WHAT YOU WILL DO - In the listing below, identify each line with the word "IFCWINDOW" and return those lines.

DATA RECORDS -
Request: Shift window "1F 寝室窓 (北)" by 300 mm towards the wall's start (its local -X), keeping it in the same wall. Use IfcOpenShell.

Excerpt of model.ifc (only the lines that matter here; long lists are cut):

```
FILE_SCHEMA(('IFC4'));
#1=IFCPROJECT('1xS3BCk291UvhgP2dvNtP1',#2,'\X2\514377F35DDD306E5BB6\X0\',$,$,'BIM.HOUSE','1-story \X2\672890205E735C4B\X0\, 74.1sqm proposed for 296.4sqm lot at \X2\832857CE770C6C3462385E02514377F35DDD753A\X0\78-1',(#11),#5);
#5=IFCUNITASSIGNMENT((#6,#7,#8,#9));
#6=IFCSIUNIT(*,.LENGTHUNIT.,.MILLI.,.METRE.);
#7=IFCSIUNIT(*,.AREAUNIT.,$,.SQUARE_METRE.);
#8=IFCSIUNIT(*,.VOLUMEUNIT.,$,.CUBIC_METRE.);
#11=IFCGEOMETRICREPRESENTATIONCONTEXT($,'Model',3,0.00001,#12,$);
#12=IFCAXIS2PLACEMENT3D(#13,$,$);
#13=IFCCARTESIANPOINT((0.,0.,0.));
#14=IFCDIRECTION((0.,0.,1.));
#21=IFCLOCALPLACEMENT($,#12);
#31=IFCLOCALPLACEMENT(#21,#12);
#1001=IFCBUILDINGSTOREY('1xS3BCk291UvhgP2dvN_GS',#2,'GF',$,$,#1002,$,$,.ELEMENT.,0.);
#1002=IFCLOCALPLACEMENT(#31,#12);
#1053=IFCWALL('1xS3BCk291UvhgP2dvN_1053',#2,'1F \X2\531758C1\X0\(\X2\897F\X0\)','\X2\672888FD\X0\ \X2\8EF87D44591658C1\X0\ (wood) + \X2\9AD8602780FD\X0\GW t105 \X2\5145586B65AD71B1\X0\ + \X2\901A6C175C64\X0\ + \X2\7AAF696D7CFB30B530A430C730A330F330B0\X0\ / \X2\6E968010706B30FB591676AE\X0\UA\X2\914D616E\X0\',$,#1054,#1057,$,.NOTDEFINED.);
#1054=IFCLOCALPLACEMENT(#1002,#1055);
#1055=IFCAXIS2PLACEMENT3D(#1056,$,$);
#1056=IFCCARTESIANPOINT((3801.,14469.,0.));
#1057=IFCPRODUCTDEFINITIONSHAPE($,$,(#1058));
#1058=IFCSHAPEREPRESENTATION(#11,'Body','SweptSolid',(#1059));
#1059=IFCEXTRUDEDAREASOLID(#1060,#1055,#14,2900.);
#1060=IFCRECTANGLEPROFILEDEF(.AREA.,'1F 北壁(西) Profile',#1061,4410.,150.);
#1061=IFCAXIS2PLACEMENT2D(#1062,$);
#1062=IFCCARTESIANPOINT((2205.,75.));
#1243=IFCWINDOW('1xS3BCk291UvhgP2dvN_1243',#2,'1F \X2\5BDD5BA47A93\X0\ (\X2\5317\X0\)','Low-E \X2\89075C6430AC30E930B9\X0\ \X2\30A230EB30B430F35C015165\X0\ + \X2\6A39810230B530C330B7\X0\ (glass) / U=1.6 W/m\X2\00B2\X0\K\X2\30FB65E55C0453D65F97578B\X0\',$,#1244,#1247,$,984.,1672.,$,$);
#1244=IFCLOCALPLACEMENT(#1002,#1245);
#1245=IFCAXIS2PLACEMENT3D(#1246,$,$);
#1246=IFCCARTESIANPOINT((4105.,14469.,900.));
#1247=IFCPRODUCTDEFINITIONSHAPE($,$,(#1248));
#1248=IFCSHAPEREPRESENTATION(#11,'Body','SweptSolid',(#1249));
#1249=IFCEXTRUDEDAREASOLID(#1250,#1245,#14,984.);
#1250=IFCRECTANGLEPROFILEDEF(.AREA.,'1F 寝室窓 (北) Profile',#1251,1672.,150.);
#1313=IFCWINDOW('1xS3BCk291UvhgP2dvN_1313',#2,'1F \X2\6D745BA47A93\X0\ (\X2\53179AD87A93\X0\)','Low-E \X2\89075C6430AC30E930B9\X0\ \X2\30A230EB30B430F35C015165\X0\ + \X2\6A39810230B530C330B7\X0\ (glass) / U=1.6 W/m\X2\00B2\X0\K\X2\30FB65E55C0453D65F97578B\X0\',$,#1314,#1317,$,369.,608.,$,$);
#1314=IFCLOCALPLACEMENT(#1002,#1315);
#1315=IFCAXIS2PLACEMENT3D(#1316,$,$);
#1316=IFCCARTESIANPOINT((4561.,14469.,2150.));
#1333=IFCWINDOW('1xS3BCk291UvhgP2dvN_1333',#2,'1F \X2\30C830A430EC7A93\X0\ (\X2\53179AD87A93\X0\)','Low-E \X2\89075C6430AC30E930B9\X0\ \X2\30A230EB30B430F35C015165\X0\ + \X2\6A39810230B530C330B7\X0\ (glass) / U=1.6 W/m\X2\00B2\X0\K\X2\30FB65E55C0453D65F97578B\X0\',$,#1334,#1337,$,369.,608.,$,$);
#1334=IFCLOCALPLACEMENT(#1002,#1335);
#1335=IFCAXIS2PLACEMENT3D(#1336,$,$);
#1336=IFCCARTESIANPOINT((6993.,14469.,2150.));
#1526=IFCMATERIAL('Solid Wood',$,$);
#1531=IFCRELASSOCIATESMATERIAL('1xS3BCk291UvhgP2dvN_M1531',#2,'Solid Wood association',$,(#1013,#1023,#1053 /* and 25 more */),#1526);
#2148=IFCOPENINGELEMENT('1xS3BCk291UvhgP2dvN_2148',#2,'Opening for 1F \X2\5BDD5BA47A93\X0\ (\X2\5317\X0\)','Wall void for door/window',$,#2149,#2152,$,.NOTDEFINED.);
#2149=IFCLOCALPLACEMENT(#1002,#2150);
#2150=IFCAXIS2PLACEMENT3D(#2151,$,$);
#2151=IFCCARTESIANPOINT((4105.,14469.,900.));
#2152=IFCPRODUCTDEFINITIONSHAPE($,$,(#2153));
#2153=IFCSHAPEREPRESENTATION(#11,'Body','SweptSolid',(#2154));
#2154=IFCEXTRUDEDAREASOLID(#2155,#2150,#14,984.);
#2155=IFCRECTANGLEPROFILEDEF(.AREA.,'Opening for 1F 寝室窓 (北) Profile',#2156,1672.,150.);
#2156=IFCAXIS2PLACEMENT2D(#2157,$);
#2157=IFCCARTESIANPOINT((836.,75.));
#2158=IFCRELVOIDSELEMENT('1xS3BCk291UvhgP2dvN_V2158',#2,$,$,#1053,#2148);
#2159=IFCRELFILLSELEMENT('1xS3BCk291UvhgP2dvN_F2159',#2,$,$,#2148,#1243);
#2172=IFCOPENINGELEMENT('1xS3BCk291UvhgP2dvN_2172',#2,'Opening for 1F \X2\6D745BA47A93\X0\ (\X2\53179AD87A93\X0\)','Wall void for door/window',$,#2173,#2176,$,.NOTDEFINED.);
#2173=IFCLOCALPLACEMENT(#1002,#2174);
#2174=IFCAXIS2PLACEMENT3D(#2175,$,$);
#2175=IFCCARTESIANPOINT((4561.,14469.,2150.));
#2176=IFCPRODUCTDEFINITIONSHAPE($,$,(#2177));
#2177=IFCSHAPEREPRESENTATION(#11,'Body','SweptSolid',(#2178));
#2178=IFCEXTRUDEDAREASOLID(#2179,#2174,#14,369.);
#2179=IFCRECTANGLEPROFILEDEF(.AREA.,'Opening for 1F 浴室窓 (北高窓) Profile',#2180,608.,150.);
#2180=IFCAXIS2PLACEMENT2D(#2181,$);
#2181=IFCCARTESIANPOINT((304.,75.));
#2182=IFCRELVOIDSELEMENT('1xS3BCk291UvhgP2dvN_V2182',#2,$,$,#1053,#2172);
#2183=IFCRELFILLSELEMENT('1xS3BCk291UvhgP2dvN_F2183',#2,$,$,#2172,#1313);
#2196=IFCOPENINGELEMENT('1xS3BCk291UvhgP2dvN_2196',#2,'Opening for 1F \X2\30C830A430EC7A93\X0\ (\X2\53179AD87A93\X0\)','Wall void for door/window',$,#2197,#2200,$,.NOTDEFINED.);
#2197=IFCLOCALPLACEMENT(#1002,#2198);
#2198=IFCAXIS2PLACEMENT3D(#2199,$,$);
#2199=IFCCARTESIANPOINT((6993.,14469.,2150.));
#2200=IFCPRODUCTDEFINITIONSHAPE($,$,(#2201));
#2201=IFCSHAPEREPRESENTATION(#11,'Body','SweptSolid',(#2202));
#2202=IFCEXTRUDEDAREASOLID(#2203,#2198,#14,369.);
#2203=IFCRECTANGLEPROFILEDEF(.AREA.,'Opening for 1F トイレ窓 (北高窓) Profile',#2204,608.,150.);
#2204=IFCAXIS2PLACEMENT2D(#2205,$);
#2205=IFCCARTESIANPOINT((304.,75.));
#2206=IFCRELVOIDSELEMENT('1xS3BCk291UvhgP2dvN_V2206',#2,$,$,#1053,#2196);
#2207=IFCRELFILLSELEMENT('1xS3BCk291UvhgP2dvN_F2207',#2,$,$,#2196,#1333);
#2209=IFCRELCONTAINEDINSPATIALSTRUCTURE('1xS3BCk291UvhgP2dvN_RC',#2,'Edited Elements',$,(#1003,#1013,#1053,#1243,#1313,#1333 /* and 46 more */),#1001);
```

```python
import ifcopenshell
import ifcopenshell.api.geometry
import ifcopenshell.util.placement

model = ifcopenshell.open("model.ifc")

window = model.by_guid("1xS3BCk291UvhgP2dvN_1243")
opening = window.FillsVoids[0].RelatingOpeningElement
wall = opening.VoidsElements[0].RelatingBuildingElement

wall_matrix = ifcopenshell.util.placement.get_local_placement(wall.ObjectPlacement)
shift = wall_matrix[:3, 0] * -300.0
before = ifcopenshell.util.placement.get_local_placement(window.ObjectPlacement)[:3, 3].copy()

# The window is not placed relative to its opening, so move both.
for product in (opening, window):
    matrix = ifcopenshell.util.placement.get_local_placement(product.ObjectPlacement)
    matrix[:3, 3] += shift
    ifcopenshell.api.geometry.edit_object_placement(model, product=product, matrix=matrix, is_si=False)

after = ifcopenshell.util.placement.get_local_placement(window.ObjectPlacement)[:3, 3]
print("window moved by", (after - before).round(3) + 0.0)

model.write("model_updated.ifc")
```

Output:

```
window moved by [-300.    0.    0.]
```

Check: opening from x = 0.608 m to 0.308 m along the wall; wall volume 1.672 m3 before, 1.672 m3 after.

YOUR RESPONSE -
#1243=IFCWINDOW('1xS3BCk291UvhgP2dvN_1243',#2,'1F \X2\5BDD5BA47A93\X0\ (\X2\5317\X0\)','Low-E \X2\89075C6430AC30E930B9\X0\ \X2\30A230EB30B430F35C015165\X0\ + \X2\6A39810230B530C330B7\X0\ (glass) / U=1.6 W/m\X2\00B2\X0\K\X2\30FB65E55C0453D65F97578B\X0\',$,#1244,#1247,$,984.,1672.,$,$);
#1313=IFCWINDOW('1xS3BCk291UvhgP2dvN_1313',#2,'1F \X2\6D745BA47A93\X0\ (\X2\53179AD87A93\X0\)','Low-E \X2\89075C6430AC30E930B9\X0\ \X2\30A230EB30B430F35C015165\X0\ + \X2\6A39810230B530C330B7\X0\ (glass) / U=1.6 W/m\X2\00B2\X0\K\X2\30FB65E55C0453D65F97578B\X0\',$,#1314,#1317,$,369.,608.,$,$);
#1333=IFCWINDOW('1xS3BCk291UvhgP2dvN_1333',#2,'1F \X2\30C830A430EC7A93\X0\ (\X2\53179AD87A93\X0\)','Low-E \X2\89075C6430AC30E930B9\X0\ \X2\30A230EB30B430F35C015165\X0\ + \X2\6A39810230B530C330B7\X0\ (glass) / U=1.6 W/m\X2\00B2\X0\K\X2\30FB65E55C0453D65F97578B\X0\',$,#1334,#1337,$,369.,608.,$,$);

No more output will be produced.